Murthy serves on various non-profit boards like JHPIEGO, the Baltimore Museum of Art, the Maryland Institute College of Art, and the MurthyNAYAK Foundation. Previously, Murthy had served on boards for a number of organizations, including Cancer Treatment Centers of America, Girl Scouts of Central Maryland, Maryland Chamber of Commerce, Stevenson University, and the Harvard Law School Alumni Board of Visitors, among others. She also served on the boards of United Way International and the United Way of Central Maryland, which named her the 2009 Philanthropist of the Year. In December 2017, Murthy was named the president of the Washington, D.C. chapter (representing the District of Columbia, Maryland and Virginia) of The Indus Entrepreneurs (TiE).

==Awards and honors==
The 2013 edition of Corporate Immigration recognized Murthy as one of the world's top corporate immigration attorneys. Among her other honors, she was named to the 2011 Top 50 Most Influential Marylanders and the Maryland Top 100 Women's Circle of Excellence by The Daily Record, a Maryland Business publication. Murthy's firm was among the 2012 Top 100 Minority Business Enterprises, and Murthy received the 2010 Business Philanthropy Award from the Baltimore Business Journal. She also received the 2010 Small Business of the Year Award from the Maryland Chamber of Commerce. In 2008, Sheela Murthy was the first woman to become a member of the United Way of Central Maryland's Million Dollar Roundtable. In 2012, The Daily Record recognized Murthy as one of "Maryland's Most Admired CEOs," and the Maryland Entrepreneur Quarterly named her Business Entrepreneur of the Year.
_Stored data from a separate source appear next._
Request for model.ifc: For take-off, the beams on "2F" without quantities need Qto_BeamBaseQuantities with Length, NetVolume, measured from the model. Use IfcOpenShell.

First a look at what the model holds.

```python
import ifcopenshell
import ifcopenshell.util.element
import ifcopenshell.util.unit

model = ifcopenshell.open("model.ifc")
print(model.schema)
for unit_type in ("LENGTHUNIT", "AREAUNIT", "VOLUMEUNIT"):
    print(unit_type, ifcopenshell.util.unit.calculate_unit_scale(model, unit_type))
storey = next(s for s in model.by_type("IfcBuildingStorey") if s.Name == "2F")
beams = [e for e in ifcopenshell.util.element.get_decomposition(storey) if e.is_a("IfcBeam")]
for e in sorted(beams, key=lambda e: e.id()):
    print(e.id(), e.is_a(), e.Name, list(ifcopenshell.util.element.get_psets(e, qtos_only=True)), sep=" | ")
```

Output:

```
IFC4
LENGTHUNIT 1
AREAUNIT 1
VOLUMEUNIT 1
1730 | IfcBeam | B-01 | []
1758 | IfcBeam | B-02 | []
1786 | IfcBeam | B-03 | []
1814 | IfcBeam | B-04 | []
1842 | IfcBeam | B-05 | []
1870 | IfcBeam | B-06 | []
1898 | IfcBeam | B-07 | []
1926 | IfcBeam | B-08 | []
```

```python
import ifcopenshell
import ifcopenshell.api.pset
import ifcopenshell.geom
import ifcopenshell.util.element
import ifcopenshell.util.shape
import ifcopenshell.util.unit

model = ifcopenshell.open("model.ifc")
unit_scale = ifcopenshell.util.unit.calculate_unit_scale(model)
volume_scale = ifcopenshell.util.unit.calculate_unit_scale(model, "VOLUMEUNIT")
settings = ifcopenshell.geom.settings()

storey = next(s for s in model.by_type("IfcBuildingStorey") if s.Name == "2F")
beams = [e for e in ifcopenshell.util.element.get_decomposition(storey) if e.is_a("IfcBeam")]

for e in sorted(beams, key=lambda e: e.id()):
    if ifcopenshell.util.element.get_psets(e, qtos_only=True, should_inherit=False):
        continue
    # Geometry comes back in metres, in the element's own axes.
    shape = ifcopenshell.geom.create_shape(settings, e)
    values = {
        "Length": ifcopenshell.util.shape.get_max_xyz(shape.geometry) / unit_scale,
        "NetVolume": ifcopenshell.util.shape.get_volume(shape.geometry) / volume_scale,
    }
    qto = ifcopenshell.api.pset.add_qto(model, product=e, name="Qto_BeamBaseQuantities")
    ifcopenshell.api.pset.edit_qto(model, qto=qto, properties=values)
    print(e.id(), {k: round(v, 3) for k, v in values.items()})

model.write("model-out.ifc")
```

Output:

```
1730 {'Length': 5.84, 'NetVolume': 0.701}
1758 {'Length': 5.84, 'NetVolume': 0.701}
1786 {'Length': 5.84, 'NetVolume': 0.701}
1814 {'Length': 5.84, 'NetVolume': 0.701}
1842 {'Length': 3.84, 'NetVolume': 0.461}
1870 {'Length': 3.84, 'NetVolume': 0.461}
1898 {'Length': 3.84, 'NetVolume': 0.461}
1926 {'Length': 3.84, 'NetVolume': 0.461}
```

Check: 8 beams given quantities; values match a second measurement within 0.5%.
In 2012, The Children's Guild, a nonprofit school for children with special needs, presented Murthy with the Sadie Award for her philanthropy and humanitarianism. During the awards ceremony, the children and staff of the school performed an original musical production showcasing Murthy's life. In 2009, Murthy was named Entrepreneur of the Year by Ernst & Young. She has been recognized as among the Best Lawyers in America (c) as voted by her peers over the years. In 2023, Murthy was inducted into the MD Business and Civic Hall of Fame by the Baltimore Sun for her lifetime contributions to the law, business, philanthropy and the community. In the same year, 2023, the MD Chamber of Commerce inducted Murthy into its Hall of Fame.